• What this task involves
Only the lines below, from the one with "#163=IFCMATERIAL('enlucido de yeso',$,$);" through the one with "END-ISO-10303-21;", are to be written out, exactly.

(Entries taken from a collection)
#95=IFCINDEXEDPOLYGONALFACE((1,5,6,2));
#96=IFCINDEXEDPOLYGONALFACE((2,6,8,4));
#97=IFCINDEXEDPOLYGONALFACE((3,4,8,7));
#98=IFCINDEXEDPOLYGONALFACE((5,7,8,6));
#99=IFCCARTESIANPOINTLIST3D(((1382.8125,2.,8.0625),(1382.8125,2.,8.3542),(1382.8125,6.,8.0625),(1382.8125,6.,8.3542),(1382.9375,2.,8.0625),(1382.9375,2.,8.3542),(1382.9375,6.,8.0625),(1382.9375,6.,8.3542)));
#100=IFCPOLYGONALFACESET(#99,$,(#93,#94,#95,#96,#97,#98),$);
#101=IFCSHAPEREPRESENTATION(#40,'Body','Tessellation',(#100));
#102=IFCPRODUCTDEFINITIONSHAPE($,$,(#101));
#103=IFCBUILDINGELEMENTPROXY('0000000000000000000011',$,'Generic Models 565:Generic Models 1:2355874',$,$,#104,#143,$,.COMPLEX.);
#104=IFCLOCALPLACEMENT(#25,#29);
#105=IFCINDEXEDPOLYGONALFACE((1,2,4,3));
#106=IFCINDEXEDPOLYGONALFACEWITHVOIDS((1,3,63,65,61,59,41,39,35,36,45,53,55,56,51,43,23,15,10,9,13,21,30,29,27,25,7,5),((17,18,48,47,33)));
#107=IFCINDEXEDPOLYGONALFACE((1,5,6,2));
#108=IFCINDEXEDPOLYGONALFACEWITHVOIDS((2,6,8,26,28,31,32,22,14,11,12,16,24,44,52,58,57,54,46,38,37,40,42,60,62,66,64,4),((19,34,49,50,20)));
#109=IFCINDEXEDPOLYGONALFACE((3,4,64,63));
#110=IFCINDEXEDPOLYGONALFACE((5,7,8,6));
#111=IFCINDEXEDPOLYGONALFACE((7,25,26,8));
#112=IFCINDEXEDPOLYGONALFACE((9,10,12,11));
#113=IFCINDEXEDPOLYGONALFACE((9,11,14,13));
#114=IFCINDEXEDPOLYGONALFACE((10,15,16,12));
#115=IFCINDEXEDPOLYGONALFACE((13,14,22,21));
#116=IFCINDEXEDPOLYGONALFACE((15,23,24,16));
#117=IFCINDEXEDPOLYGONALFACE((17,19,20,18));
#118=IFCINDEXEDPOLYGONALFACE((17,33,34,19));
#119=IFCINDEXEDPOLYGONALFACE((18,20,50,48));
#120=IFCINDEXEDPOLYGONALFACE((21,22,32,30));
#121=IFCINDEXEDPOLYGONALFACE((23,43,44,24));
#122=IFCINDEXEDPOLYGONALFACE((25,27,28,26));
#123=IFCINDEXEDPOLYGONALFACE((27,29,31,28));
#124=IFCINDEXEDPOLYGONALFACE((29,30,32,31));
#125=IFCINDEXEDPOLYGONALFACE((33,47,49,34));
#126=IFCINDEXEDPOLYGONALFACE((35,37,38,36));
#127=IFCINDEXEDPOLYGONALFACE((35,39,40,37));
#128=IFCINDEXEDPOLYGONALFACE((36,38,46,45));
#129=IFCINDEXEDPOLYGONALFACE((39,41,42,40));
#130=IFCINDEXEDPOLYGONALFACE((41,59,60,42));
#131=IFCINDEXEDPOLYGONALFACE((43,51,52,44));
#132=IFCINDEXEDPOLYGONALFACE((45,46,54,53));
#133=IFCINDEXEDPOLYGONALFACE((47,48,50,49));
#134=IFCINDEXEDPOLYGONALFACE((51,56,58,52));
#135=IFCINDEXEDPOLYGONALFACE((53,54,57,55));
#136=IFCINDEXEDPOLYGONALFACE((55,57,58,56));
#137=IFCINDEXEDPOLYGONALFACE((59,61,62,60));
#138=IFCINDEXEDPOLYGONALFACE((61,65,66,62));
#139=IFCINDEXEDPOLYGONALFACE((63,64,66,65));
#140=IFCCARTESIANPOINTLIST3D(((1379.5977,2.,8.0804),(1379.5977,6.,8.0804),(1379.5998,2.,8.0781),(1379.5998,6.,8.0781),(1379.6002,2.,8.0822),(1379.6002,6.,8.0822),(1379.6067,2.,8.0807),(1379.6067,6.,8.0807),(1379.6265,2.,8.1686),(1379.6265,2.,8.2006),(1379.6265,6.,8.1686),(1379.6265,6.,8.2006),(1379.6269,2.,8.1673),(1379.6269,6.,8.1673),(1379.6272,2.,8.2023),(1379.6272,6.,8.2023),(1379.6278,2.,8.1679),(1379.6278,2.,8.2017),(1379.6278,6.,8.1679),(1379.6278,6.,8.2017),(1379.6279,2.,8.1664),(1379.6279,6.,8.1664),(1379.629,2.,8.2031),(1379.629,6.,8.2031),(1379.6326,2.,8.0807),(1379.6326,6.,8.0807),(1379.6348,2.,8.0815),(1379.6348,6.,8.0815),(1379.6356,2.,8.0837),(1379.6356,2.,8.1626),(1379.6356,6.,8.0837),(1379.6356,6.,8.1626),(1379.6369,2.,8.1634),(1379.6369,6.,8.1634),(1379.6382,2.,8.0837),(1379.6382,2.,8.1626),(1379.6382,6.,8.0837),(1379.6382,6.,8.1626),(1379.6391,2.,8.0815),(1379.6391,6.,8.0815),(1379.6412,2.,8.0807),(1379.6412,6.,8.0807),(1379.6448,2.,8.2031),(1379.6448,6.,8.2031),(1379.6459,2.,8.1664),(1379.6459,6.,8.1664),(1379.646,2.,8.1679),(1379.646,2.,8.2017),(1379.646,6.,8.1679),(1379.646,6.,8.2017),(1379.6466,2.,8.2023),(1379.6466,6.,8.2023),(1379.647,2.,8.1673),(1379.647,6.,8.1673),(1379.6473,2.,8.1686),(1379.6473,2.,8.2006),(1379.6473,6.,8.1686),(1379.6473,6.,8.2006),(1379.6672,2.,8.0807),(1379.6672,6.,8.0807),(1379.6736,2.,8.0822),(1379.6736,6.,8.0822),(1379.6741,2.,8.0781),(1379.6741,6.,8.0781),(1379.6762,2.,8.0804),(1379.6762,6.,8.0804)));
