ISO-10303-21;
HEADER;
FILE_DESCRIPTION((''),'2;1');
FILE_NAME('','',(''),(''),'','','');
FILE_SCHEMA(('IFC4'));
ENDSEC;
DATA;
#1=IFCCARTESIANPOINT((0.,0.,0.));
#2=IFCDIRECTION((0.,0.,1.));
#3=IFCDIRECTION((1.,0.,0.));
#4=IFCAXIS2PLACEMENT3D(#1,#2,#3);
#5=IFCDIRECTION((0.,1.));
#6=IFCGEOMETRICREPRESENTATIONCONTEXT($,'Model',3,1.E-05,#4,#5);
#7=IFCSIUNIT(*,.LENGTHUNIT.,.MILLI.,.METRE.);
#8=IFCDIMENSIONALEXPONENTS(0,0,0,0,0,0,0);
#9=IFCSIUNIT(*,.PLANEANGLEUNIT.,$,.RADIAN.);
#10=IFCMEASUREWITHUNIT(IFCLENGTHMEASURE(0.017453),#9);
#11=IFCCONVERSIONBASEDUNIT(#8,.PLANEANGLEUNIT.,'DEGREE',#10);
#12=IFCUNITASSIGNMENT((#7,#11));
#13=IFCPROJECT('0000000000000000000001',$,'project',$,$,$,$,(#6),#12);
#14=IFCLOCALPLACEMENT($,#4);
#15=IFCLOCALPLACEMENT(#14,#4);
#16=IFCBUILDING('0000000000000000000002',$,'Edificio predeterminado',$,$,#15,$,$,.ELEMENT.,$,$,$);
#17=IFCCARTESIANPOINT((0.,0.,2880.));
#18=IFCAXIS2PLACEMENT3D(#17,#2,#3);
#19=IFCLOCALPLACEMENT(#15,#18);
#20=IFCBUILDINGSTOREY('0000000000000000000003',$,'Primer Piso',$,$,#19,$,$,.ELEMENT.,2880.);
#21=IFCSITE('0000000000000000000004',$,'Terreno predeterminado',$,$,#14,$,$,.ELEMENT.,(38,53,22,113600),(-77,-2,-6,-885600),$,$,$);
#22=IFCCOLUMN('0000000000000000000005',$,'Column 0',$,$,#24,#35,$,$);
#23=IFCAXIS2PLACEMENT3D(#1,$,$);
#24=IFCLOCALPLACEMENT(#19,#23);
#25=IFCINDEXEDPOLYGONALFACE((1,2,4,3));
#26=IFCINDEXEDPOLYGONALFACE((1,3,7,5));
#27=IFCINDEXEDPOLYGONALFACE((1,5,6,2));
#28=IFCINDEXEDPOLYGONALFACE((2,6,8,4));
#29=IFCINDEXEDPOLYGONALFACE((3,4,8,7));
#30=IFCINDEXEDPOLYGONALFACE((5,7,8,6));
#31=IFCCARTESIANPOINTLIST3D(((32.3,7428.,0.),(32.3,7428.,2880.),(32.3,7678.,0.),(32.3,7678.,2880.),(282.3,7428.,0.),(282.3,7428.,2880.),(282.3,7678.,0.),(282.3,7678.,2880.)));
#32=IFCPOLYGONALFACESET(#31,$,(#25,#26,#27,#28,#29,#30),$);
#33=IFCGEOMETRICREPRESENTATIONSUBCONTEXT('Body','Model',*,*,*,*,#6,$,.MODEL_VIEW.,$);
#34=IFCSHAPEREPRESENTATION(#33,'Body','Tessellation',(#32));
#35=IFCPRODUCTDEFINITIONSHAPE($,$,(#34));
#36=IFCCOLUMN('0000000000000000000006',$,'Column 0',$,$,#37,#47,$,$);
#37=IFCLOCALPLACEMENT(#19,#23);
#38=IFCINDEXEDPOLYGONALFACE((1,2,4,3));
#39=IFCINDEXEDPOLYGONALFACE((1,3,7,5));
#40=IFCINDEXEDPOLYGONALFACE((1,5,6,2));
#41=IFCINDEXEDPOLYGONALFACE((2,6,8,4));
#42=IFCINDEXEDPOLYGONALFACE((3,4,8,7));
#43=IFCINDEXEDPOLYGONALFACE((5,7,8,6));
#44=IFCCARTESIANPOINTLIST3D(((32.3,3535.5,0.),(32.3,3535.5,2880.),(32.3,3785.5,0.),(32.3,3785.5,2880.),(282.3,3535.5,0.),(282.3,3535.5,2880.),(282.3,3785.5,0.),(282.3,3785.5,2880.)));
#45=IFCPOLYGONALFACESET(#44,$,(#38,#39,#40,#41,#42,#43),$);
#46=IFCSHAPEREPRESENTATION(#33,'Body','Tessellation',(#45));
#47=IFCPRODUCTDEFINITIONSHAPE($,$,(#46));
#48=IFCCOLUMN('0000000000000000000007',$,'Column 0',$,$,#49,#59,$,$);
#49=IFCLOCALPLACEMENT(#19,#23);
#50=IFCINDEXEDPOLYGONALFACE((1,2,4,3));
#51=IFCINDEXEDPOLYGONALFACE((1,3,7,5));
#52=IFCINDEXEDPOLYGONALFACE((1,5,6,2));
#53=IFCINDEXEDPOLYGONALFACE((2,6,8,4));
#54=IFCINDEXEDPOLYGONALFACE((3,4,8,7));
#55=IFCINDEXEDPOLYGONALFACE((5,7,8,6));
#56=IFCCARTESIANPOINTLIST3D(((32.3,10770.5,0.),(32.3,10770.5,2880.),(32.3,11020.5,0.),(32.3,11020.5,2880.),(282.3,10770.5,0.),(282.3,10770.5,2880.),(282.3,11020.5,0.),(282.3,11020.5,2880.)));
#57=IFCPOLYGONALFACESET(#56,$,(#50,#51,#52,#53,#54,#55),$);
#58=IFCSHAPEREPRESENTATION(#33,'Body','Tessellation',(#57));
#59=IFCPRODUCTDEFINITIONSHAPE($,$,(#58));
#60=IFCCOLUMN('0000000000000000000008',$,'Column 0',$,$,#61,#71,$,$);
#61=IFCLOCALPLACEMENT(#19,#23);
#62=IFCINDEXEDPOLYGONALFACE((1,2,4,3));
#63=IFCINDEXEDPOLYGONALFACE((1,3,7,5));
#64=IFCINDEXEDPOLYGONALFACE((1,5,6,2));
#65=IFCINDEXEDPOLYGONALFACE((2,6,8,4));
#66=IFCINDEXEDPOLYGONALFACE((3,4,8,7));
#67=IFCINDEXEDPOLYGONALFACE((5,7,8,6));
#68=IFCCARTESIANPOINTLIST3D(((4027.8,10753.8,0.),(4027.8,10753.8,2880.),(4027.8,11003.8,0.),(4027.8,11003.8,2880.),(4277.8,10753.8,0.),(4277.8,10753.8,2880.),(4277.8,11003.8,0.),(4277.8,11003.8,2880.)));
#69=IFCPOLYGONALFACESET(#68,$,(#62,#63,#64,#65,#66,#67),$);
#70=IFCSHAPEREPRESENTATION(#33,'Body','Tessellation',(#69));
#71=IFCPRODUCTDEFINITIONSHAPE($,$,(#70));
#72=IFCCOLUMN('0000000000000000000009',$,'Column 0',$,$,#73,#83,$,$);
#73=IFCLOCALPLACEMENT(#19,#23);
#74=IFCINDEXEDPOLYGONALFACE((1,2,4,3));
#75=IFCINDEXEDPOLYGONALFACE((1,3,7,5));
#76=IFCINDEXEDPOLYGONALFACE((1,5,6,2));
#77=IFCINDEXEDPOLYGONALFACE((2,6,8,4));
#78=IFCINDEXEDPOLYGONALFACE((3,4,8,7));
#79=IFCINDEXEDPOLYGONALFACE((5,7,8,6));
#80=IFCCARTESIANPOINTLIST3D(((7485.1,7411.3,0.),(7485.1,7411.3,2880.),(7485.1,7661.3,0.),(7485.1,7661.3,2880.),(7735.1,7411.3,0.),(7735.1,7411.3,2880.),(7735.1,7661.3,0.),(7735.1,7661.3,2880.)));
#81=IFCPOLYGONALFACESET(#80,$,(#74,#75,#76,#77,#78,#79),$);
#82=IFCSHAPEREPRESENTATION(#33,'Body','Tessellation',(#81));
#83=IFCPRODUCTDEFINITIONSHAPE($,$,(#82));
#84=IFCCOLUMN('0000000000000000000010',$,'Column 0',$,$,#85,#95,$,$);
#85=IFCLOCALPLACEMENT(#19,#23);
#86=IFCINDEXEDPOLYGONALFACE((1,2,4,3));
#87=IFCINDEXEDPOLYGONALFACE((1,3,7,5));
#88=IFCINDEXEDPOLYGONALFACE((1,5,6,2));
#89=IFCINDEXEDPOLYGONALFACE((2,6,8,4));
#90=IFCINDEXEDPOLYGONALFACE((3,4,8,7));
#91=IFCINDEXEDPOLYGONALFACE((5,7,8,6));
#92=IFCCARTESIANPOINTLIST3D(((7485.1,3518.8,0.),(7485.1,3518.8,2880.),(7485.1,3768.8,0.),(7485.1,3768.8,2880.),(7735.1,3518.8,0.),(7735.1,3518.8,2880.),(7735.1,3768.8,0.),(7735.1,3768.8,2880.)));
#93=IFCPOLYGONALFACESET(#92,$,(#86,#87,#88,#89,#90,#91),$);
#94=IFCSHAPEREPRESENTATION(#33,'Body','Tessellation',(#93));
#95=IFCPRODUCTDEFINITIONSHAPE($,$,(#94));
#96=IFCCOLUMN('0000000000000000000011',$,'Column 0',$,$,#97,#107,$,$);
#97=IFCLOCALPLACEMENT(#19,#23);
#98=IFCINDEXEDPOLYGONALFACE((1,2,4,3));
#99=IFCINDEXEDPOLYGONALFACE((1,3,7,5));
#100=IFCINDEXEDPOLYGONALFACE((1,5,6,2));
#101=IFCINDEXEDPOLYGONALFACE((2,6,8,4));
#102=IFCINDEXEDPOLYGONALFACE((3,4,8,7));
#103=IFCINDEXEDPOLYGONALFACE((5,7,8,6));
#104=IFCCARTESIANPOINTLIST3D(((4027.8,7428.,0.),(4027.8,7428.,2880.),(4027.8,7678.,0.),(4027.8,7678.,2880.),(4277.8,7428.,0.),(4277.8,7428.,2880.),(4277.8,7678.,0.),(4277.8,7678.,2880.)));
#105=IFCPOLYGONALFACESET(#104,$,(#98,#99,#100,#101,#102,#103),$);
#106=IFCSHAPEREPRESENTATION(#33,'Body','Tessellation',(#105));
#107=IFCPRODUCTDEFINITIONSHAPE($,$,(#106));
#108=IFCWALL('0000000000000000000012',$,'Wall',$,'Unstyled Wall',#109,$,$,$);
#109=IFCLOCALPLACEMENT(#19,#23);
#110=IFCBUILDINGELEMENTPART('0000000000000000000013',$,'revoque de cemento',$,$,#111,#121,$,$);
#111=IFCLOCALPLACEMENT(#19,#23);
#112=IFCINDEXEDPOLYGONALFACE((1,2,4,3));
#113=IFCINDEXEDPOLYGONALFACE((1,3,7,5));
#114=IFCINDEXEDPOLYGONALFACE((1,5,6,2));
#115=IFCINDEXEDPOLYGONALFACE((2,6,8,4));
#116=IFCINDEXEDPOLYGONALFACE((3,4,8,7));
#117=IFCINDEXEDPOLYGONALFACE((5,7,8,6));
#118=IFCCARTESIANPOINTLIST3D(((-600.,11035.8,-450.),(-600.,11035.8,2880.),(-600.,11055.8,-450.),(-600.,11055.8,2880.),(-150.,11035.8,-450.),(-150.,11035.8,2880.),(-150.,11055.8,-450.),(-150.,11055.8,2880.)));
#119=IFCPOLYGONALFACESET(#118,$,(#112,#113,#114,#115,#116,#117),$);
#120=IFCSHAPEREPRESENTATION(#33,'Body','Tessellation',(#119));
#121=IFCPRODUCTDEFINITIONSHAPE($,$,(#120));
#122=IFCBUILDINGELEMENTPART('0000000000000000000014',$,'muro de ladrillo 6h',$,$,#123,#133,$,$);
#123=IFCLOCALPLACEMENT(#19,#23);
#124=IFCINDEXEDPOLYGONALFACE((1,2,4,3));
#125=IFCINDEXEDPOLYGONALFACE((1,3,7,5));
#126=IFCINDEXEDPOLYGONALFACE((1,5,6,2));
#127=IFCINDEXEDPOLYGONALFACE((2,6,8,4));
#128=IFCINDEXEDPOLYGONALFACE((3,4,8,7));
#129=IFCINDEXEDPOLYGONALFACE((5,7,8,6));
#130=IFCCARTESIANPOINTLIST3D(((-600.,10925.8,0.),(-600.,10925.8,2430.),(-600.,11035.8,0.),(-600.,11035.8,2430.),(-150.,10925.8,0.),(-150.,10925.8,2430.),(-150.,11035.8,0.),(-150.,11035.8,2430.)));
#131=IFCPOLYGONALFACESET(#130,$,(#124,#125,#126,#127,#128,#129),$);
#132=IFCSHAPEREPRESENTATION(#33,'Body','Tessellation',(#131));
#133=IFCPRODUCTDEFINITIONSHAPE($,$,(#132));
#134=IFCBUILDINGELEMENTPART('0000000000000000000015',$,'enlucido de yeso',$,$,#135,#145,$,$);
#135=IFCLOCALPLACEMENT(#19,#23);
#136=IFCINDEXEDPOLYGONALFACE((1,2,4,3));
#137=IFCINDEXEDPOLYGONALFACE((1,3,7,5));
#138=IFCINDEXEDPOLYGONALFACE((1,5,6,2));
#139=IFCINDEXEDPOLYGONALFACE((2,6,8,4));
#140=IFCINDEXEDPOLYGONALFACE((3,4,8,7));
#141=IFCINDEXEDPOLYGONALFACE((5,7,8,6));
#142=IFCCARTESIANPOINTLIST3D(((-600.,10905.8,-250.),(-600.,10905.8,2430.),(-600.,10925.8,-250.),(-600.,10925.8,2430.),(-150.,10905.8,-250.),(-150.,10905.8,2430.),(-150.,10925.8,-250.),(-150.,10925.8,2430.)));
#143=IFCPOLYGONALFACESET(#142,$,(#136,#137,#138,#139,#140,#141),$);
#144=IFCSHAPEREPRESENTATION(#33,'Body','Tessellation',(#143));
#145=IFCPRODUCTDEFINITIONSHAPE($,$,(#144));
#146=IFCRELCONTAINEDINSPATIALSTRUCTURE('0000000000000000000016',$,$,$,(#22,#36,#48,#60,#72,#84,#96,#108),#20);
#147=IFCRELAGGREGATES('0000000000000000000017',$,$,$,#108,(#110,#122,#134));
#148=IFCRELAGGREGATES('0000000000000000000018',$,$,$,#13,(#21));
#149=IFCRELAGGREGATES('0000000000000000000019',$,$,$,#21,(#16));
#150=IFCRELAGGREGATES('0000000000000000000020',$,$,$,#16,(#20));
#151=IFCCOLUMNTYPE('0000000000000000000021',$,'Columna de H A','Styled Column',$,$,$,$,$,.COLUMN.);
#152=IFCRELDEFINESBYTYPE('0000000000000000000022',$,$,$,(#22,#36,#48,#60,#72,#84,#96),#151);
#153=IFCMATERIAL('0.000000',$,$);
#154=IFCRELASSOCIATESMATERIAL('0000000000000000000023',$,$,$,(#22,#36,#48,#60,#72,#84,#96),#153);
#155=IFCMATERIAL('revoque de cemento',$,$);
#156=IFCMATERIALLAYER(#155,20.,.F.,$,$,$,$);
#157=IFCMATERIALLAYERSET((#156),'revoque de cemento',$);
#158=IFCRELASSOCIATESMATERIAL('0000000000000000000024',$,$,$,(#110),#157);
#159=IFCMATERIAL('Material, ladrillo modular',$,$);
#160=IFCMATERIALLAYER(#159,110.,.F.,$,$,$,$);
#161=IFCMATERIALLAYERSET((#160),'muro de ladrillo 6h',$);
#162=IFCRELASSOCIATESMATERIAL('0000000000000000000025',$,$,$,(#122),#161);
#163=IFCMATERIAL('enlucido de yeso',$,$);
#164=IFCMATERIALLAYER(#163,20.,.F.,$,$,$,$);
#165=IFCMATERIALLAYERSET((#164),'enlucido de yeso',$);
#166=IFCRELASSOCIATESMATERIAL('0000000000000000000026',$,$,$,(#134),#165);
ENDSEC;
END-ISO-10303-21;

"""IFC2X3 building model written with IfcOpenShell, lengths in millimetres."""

from ifc_helpers import new_model, entity, si_unit, converted_unit, direction, frame, origin_with_axes, place, context, subcontext, project, spatial, polyline, outline, extrude, clip, bounded_halfspace, material, layer, layer_set, layer_usage, type_object, element, aggregate, save


model = new_model("IFC2X3")

# Units and contexts
model_context = context("Model", 3, precision=1e-05, world=origin_with_axes(), true_north=direction((0.0, 1.0)))
body_context = subcontext(model_context, "Body", "Model", "MODEL_VIEW")
ifc_project = project(units=[si_unit("LENGTHUNIT", "METRE", prefix="MILLI"), converted_unit("PLANEANGLEUNIT", "DEGREE", entity("IfcLengthMeasure", 0.017453), si_unit("PLANEANGLEUNIT", "RADIAN"), dimensions=[0, 0, 0, 0, 0, 0, 0])], contexts=[model_context])

# Site, building, storey
site_placement = place(None, origin_with_axes())
site = spatial("IfcSite", under=ifc_project, at=site_placement, Name="Terreno predeterminado", CompositionType="ELEMENT", RefLatitude=(38, 53, 22, 113600), RefLongitude=(-77, -2, -6, -885600))
building_placement = place(site_placement, origin_with_axes())
building = spatial("IfcBuilding", under=site, at=building_placement, Name="Edificio predeterminado", CompositionType="ELEMENT")
storey_placement = place(building_placement, frame((0.0, 0.0, 2880.0), z_axis=(0.0, 0.0, 1.0), x_axis=(1.0, 0.0, 0.0)))
storey = spatial("IfcBuildingStorey", under=building, at=storey_placement, Name="Primer Piso", CompositionType="ELEMENT", Elevation=2880.0)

• Solution to this problem
#163=IFCMATERIAL('enlucido de yeso',$,$);
#164=IFCMATERIALLAYER(#163,20.,.F.,$,$,$,$);
#165=IFCMATERIALLAYERSET((#164),'enlucido de yeso',$);
#166=IFCRELASSOCIATESMATERIAL('0000000000000000000026',$,$,$,(#134),#165);
ENDSEC;
END-ISO-10303-21;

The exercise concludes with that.